(Saved entries)
=-=-=-=-=

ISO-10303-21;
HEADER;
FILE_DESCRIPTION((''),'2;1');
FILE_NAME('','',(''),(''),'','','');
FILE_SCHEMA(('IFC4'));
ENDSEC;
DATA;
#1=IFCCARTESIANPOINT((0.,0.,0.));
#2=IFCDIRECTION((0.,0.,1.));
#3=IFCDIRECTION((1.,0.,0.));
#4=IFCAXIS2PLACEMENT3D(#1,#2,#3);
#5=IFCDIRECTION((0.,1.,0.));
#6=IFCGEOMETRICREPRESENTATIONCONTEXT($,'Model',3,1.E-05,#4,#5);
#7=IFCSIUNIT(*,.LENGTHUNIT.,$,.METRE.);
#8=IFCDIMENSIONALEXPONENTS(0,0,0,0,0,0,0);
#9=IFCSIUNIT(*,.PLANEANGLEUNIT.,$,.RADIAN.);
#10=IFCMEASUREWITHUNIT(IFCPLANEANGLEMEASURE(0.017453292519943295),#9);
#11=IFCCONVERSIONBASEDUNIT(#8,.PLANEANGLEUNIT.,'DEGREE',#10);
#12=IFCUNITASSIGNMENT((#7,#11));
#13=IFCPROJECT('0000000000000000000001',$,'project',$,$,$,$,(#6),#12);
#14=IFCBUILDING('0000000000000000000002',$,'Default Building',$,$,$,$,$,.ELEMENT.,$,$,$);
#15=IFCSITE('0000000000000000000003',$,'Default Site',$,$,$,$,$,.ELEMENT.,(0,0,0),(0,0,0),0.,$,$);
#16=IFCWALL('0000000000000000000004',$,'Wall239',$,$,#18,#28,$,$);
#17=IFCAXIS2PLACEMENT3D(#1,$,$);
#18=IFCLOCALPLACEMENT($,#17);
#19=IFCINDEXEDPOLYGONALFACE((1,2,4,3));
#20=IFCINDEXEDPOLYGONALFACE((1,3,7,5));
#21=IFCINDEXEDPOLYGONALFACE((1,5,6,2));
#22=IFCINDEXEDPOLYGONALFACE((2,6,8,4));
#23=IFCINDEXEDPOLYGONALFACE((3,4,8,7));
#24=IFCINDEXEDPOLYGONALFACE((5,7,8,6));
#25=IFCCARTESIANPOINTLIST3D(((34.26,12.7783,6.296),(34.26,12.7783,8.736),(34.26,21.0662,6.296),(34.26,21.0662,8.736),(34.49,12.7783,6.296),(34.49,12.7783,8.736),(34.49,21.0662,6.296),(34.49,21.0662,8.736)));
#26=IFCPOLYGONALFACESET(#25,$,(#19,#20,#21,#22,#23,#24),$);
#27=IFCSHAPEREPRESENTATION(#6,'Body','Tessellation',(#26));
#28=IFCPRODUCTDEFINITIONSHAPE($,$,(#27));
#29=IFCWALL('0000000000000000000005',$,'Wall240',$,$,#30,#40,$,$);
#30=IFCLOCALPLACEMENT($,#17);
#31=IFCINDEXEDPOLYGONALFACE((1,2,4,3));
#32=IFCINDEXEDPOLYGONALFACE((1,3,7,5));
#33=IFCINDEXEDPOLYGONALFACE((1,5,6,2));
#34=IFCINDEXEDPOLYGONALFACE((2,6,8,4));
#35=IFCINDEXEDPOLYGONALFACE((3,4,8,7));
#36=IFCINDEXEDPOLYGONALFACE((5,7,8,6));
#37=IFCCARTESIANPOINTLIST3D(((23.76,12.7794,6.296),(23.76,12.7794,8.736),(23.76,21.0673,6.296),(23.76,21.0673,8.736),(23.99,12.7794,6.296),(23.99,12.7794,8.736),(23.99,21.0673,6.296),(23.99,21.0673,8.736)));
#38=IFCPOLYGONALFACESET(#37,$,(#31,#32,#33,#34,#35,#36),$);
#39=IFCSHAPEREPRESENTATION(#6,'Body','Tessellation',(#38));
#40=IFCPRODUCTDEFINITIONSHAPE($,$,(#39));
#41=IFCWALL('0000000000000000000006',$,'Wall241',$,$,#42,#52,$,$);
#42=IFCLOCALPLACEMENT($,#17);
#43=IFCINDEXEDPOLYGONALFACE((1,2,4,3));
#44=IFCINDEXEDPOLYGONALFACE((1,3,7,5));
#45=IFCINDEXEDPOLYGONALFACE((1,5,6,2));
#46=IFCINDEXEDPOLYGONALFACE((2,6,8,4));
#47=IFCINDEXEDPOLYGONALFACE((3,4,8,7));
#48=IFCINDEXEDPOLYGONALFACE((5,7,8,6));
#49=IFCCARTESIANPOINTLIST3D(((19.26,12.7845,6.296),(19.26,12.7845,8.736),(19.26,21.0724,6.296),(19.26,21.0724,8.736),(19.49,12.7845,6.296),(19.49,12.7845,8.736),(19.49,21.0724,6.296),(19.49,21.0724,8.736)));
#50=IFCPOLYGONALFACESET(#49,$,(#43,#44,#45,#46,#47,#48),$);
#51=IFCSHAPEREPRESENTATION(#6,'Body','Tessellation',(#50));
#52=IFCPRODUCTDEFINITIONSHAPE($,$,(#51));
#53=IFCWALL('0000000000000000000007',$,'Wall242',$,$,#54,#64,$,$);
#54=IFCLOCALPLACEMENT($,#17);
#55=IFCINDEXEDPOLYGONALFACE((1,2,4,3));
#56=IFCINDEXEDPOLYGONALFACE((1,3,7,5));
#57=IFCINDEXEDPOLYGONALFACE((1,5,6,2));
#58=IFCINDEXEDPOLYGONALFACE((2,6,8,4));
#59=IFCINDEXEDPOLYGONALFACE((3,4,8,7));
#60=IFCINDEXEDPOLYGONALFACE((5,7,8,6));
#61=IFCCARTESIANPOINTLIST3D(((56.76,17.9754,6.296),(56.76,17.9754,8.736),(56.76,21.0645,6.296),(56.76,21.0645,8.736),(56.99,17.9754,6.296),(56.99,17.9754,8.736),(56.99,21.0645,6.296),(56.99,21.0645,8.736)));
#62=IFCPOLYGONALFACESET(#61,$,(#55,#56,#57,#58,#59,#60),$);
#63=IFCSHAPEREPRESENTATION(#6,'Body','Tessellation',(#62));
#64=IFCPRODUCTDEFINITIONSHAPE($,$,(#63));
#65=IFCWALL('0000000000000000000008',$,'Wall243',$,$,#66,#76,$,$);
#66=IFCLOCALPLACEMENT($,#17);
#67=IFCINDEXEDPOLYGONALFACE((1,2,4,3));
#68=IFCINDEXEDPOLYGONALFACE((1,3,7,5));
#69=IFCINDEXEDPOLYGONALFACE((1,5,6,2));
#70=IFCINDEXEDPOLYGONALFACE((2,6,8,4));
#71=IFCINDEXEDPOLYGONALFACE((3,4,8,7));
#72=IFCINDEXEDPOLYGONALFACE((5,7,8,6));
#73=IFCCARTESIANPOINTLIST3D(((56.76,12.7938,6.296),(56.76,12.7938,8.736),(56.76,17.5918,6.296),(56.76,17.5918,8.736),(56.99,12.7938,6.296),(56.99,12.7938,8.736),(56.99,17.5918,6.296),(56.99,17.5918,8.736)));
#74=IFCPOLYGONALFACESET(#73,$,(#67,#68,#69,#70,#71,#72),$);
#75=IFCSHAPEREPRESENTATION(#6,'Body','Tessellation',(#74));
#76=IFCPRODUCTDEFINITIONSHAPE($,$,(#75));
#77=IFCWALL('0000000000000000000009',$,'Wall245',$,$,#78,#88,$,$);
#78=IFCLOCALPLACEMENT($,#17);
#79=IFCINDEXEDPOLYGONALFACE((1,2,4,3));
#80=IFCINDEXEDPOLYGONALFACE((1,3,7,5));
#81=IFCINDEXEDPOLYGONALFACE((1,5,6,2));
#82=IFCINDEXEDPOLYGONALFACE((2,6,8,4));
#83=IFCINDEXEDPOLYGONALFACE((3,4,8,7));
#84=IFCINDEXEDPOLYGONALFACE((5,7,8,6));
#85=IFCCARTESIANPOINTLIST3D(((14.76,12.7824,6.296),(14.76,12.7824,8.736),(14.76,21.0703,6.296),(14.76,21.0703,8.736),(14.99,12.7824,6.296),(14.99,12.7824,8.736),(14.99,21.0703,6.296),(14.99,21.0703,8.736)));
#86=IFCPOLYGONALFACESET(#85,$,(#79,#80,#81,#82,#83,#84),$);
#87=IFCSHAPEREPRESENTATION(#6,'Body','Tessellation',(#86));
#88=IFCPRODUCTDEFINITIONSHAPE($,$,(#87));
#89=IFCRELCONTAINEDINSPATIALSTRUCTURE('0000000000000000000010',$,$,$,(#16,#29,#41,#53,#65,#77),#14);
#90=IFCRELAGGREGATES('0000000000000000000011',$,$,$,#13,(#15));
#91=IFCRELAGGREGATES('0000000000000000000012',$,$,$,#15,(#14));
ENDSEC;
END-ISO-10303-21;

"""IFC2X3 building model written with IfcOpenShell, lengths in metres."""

from ifc_helpers import new_model, entity, si_unit, converted_unit, direction, frame, frame_2d, origin_with_axes, place, context, project, spatial, rectangle, extrude, element, save


model = new_model("IFC2X3")

# Units and contexts
model_context = context("Model", 3, precision=1e-05, world=origin_with_axes(), true_north=direction((0.0, 1.0, 0.0)))
ifc_project = project(units=[si_unit("LENGTHUNIT", "METRE"), converted_unit("PLANEANGLEUNIT", "DEGREE", entity("IfcPlaneAngleMeasure", 0.017453292519943295), si_unit("PLANEANGLEUNIT", "RADIAN"), dimensions=[0, 0, 0, 0, 0, 0, 0])], contexts=[model_context])

# Site, building
site = spatial("IfcSite", under=ifc_project, Name="Default Site", CompositionType="ELEMENT", RefLatitude=(0, 0, 0), RefLongitude=(0, 0, 0), RefElevation=0.0)
building = spatial("IfcBuilding", under=site, Name="Default Building", CompositionType="ELEMENT")

# Shared definitions
placement = place(None, origin_with_axes())

# Walls
element("IfcWall", 1, at=placement, inside=building, Name="Wall239", context=model_context, shape_type="SweptSolid", body=[
    extrude(rectangle(XDim=8.2879, YDim=0.23, at=frame_2d((0.0, 0.0), x_axis=(0.0, 1.0, 0.0))), frame((34.375, 16.9223, 6.296), z_axis=(0.0, 0.0, 1.0), x_axis=(1.0, 0.0, 0.0)), (0.0, 0.0, 1.0), 2.44),
])
element("IfcWall", 2, at=placement, inside=building, Name="Wall240", context=model_context, shape_type="SweptSolid", body=[
    extrude(rectangle(XDim=8.2879, YDim=0.23, at=frame_2d((0.0, 0.0), x_axis=(0.0, 1.0, 0.0))), frame((23.875, 16.9233, 6.296), z_axis=(0.0, 0.0, 1.0), x_axis=(1.0, 0.0, 0.0)), (0.0, 0.0, 1.0), 2.44),
])
element("IfcWall", 3, at=placement, inside=building, Name="Wall241", context=model_context, shape_type="SweptSolid", body=[
    extrude(rectangle(XDim=8.2879, YDim=0.23, at=frame_2d((0.0, 0.0), x_axis=(0.0, 1.0, 0.0))), frame((19.375, 16.9284, 6.296), z_axis=(0.0, 0.0, 1.0), x_axis=(1.0, 0.0, 0.0)), (0.0, 0.0, 1.0), 2.44),
])
element("IfcWall", 4, at=placement, inside=building, Name="Wall242", context=model_context, shape_type="SweptSolid", body=[
    extrude(rectangle(XDim=3.0891, YDim=0.23, at=frame_2d((0.0, 0.0), x_axis=(0.0, -1.0, 0.0))), frame((56.875, 19.52, 6.296), z_axis=(0.0, 0.0, 1.0), x_axis=(1.0, 0.0, 0.0)), (0.0, 0.0, 1.0), 2.44),
])
element("IfcWall", 5, at=placement, inside=building, Name="Wall243", context=model_context, shape_type="SweptSolid", body=[
    extrude(rectangle(XDim=4.798, YDim=0.23, at=frame_2d((0.0, 0.0), x_axis=(0.0, -1.0, 0.0))), frame((56.875, 15.1928, 6.296), z_axis=(0.0, 0.0, 1.0), x_axis=(1.0, 0.0, 0.0)), (0.0, 0.0, 1.0), 2.44),
])
element("IfcWall", 6, at=placement, inside=building, Name="Wall245", context=model_context, shape_type="SweptSolid", body=[
    extrude(rectangle(XDim=8.2879, YDim=0.23, at=frame_2d((0.0, 0.0), x_axis=(0.0, 1.0, 0.0))), frame((14.875, 16.9263, 6.296), z_axis=(0.0, 0.0, 1.0), x_axis=(1.0, 0.0, 0.0)), (0.0, 0.0, 1.0), 2.44),
])

save(model, "model.ifc")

=-=-=-=-=

What this task involves
For the word "IFCSIUNIT", count the lines of the records that contain it and give only the number.

Exercise output
2